Copy the records below verbatim, from the first line through the line containing "#162=IFCINDEXEDPOLYGONALFACE((3,4,8,7));", inclusive, and output nothing else.

Stored data entries:
************
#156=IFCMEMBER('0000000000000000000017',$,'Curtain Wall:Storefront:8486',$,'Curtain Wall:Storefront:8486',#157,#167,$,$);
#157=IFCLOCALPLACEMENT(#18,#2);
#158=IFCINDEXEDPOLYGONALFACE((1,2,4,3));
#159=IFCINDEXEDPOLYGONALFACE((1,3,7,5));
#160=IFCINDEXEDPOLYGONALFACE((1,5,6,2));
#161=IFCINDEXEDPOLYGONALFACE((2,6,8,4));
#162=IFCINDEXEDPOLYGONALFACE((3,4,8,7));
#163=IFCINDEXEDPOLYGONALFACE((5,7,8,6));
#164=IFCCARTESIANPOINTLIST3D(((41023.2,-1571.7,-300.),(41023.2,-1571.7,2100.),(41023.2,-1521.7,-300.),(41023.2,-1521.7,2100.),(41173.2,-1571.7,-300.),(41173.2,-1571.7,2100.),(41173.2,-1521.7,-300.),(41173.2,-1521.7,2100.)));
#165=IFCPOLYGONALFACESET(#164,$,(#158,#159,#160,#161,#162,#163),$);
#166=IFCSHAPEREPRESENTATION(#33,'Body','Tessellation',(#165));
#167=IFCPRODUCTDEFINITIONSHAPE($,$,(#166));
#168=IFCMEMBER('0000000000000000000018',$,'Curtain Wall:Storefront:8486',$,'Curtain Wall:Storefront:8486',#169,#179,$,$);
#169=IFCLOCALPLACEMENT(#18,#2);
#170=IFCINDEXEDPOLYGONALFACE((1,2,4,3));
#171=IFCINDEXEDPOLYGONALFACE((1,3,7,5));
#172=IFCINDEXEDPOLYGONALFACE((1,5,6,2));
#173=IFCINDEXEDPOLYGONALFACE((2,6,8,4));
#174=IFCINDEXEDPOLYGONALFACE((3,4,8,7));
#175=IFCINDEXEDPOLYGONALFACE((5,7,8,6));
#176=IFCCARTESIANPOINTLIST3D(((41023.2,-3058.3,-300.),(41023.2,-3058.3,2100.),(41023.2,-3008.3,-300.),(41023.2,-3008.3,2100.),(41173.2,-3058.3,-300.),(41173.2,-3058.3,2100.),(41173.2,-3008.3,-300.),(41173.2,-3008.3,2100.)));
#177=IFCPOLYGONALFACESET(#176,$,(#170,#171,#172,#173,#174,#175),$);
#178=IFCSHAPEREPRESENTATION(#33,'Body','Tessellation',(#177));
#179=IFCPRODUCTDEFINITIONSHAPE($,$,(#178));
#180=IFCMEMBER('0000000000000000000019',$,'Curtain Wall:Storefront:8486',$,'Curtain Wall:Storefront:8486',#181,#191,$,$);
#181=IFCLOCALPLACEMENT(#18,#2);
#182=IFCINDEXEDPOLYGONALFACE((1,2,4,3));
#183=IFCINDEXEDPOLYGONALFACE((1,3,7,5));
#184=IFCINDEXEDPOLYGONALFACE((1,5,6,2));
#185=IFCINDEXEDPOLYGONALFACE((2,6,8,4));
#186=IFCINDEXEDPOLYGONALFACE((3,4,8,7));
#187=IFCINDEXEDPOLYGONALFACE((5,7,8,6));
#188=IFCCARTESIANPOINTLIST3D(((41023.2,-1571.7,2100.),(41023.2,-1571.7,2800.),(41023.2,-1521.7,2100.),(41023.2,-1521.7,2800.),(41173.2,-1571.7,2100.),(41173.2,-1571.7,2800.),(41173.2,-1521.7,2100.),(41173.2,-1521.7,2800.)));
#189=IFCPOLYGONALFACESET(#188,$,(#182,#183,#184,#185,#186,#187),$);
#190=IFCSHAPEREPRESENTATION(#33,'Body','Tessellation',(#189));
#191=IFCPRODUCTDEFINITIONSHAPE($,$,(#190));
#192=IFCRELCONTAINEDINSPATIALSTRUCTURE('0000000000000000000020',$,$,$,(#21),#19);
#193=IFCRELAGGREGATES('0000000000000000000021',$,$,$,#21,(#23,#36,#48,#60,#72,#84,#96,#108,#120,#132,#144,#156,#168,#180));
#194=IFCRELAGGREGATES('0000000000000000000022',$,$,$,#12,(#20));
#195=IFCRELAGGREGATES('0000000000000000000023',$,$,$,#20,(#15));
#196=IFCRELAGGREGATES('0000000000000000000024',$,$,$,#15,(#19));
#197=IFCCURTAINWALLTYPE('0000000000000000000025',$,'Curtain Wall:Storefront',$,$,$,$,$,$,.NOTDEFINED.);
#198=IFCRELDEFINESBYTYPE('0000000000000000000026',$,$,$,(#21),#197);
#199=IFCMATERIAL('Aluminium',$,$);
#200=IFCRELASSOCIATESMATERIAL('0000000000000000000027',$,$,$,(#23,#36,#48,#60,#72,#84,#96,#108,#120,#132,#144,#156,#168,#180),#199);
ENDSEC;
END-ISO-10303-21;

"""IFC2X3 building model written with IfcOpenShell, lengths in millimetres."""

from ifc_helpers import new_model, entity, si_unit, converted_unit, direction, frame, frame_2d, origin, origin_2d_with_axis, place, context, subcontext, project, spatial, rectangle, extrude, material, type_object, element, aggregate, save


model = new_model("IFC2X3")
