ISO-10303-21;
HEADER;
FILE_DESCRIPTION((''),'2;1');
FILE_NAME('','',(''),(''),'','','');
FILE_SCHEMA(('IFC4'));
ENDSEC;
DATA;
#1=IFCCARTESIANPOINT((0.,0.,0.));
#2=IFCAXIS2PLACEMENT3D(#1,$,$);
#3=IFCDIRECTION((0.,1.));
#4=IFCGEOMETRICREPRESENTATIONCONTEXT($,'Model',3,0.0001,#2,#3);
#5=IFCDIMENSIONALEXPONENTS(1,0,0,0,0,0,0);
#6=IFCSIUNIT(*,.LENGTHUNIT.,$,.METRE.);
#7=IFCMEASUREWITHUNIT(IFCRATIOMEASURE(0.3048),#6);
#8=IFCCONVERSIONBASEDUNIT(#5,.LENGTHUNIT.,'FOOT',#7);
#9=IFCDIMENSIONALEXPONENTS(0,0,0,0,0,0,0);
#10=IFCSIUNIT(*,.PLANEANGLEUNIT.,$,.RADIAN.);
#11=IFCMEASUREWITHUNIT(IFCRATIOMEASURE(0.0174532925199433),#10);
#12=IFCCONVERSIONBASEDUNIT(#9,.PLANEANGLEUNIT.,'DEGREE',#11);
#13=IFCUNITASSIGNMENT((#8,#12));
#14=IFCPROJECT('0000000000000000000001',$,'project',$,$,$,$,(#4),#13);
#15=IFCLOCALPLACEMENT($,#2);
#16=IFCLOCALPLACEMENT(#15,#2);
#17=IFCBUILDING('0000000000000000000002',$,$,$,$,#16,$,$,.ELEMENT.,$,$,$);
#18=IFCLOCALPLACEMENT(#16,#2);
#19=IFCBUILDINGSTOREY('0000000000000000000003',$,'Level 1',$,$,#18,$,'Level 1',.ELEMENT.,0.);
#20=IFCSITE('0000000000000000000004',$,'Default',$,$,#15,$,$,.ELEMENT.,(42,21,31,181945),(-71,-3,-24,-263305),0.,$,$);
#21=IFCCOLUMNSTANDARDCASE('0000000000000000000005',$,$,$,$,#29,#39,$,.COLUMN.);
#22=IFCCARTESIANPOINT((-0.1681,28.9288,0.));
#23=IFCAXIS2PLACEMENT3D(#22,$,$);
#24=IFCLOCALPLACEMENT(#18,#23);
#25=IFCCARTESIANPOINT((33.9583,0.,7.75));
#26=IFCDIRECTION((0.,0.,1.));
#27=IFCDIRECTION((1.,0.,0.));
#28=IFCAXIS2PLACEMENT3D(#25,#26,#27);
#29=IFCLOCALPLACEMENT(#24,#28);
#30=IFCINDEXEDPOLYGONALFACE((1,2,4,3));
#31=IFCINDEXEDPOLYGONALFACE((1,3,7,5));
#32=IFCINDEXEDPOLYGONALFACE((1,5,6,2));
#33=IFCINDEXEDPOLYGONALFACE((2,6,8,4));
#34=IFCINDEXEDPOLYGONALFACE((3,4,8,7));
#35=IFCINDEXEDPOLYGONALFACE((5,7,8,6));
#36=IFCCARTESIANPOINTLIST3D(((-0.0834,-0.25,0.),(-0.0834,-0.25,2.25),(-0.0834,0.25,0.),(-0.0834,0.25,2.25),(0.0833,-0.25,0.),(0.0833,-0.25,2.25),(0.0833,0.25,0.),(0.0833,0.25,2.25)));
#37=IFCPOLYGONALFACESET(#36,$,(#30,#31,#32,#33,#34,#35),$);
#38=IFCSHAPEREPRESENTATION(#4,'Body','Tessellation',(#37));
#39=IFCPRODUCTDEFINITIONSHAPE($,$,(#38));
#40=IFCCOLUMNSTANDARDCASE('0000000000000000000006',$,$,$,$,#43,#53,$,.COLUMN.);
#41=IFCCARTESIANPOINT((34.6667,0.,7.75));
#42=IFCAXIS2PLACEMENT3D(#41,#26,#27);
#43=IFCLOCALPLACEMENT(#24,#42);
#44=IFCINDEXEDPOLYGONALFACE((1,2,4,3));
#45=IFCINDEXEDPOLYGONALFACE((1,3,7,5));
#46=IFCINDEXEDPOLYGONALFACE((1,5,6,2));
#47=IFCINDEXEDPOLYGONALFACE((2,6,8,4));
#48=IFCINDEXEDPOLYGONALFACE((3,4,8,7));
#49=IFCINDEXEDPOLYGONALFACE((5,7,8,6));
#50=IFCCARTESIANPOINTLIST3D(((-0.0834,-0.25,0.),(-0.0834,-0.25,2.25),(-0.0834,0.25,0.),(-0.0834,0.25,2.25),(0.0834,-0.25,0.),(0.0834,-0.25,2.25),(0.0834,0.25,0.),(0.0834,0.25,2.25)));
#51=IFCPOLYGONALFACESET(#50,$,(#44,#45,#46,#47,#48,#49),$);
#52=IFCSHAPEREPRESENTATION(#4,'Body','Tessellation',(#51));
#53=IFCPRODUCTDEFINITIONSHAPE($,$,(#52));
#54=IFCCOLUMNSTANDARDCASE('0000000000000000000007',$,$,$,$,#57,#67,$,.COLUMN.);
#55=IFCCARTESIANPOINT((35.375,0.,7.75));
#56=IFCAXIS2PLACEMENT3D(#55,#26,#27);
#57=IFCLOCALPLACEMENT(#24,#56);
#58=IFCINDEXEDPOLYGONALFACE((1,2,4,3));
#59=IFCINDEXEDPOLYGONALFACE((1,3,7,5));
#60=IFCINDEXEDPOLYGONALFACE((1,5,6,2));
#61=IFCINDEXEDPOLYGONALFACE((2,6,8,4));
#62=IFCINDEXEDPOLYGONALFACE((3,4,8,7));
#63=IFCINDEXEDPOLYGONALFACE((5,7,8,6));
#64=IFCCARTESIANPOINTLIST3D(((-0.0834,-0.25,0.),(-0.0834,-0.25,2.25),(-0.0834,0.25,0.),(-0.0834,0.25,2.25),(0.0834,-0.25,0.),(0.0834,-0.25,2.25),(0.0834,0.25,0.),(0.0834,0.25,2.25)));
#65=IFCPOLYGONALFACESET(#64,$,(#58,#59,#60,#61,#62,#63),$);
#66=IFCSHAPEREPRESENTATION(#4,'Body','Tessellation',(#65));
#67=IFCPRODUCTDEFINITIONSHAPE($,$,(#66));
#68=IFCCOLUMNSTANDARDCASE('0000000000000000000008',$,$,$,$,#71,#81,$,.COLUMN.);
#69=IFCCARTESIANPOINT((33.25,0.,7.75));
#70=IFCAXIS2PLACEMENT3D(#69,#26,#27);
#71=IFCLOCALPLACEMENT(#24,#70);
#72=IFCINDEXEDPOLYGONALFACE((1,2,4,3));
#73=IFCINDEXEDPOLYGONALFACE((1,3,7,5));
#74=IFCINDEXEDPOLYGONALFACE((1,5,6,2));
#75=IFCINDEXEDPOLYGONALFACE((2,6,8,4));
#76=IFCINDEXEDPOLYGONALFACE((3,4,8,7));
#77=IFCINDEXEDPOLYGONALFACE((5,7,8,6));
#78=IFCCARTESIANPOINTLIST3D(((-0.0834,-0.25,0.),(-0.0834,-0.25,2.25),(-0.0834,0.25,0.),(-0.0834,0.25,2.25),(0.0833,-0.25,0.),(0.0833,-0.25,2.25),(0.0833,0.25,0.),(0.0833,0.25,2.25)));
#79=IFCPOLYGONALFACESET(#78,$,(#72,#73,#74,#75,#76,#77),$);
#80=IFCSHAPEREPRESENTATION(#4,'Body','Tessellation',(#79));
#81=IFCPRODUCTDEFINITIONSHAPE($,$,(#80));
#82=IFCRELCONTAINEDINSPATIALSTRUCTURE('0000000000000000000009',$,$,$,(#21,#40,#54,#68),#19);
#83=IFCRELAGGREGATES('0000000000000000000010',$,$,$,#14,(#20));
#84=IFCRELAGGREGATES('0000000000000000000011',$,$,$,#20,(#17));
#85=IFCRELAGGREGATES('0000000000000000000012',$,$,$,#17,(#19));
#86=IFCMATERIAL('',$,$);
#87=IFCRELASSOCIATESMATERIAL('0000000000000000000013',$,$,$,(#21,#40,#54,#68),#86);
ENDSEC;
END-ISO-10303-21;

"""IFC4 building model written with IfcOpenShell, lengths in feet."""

from ifc_helpers import new_model, entity, si_unit, converted_unit, direction, frame, origin, place, context, project, spatial, rectangle, extrude, material, element, save


model = new_model("IFC4")

# Units and contexts
model_context = context("Model", 3, precision=0.0001, world=origin(), true_north=direction((0.0, 1.0)))
ifc_project = project(units=[converted_unit("LENGTHUNIT", "FOOT", entity("IfcRatioMeasure", 0.3048), si_unit("LENGTHUNIT", "METRE"), dimensions=[1, 0, 0, 0, 0, 0, 0]), converted_unit("PLANEANGLEUNIT", "DEGREE", entity("IfcRatioMeasure", 0.0174532925199433), si_unit("PLANEANGLEUNIT", "RADIAN"), dimensions=[0, 0, 0, 0, 0, 0, 0])], contexts=[model_context])

# Site, building, storey
site_placement = place(None, origin())
site = spatial("IfcSite", under=ifc_project, at=site_placement, Name="Default", CompositionType="ELEMENT", RefLatitude=(42, 21, 31, 181945), RefLongitude=(-71, -3, -24, -263305), RefElevation=0.0)
building_placement = place(site_placement, origin())
building = spatial("IfcBuilding", under=site, at=building_placement, CompositionType="ELEMENT")
storey_placement = place(building_placement, origin())
storey = spatial("IfcBuildingStorey", under=building, at=storey_placement, Name="Level 1", LongName="Level 1", CompositionType="ELEMENT", Elevation=0.0)

# Columns
ifc_material_1 = material(Name="")
placement = place(storey_placement, frame((-0.1681, 28.9288, 0.0)))
for number, where, z_axis, x_axis in (
    (1, (33.9583, 0.0, 7.75), (0.0, 0.0, 1.0), (1.0, 0.0, 0.0)),
    (2, (34.6667, 0.0, 7.75), (0.0, 0.0, 1.0), (1.0, 0.0, 0.0)),
    (3, (35.375, 0.0, 7.75), (0.0, 0.0, 1.0), (1.0, 0.0, 0.0)),
    (4, (33.25, 0.0, 7.75), (0.0, 0.0, 1.0), (1.0, 0.0, 0.0)),
):
    element("IfcColumnStandardCase", number, at=place(placement, frame(where, z_axis=z_axis, x_axis=x_axis)), inside=storey, material=ifc_material_1, PredefinedType="COLUMN", context=model_context, shape_type="SweptSolid", body=[
        extrude(rectangle(XDim=0.1667, YDim=0.5), origin(), (0.0, 0.0, 1.0), 2.25),
    ])

save(model, "model.ifc")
************
__YOUR RESPONSE__
#156=IFCMEMBER('0000000000000000000017',$,'Curtain Wall:Storefront:8486',$,'Curtain Wall:Storefront:8486',#157,#167,$,$);
#157=IFCLOCALPLACEMENT(#18,#2);
#158=IFCINDEXEDPOLYGONALFACE((1,2,4,3));
#159=IFCINDEXEDPOLYGONALFACE((1,3,7,5));
#160=IFCINDEXEDPOLYGONALFACE((1,5,6,2));
#161=IFCINDEXEDPOLYGONALFACE((2,6,8,4));
#162=IFCINDEXEDPOLYGONALFACE((3,4,8,7));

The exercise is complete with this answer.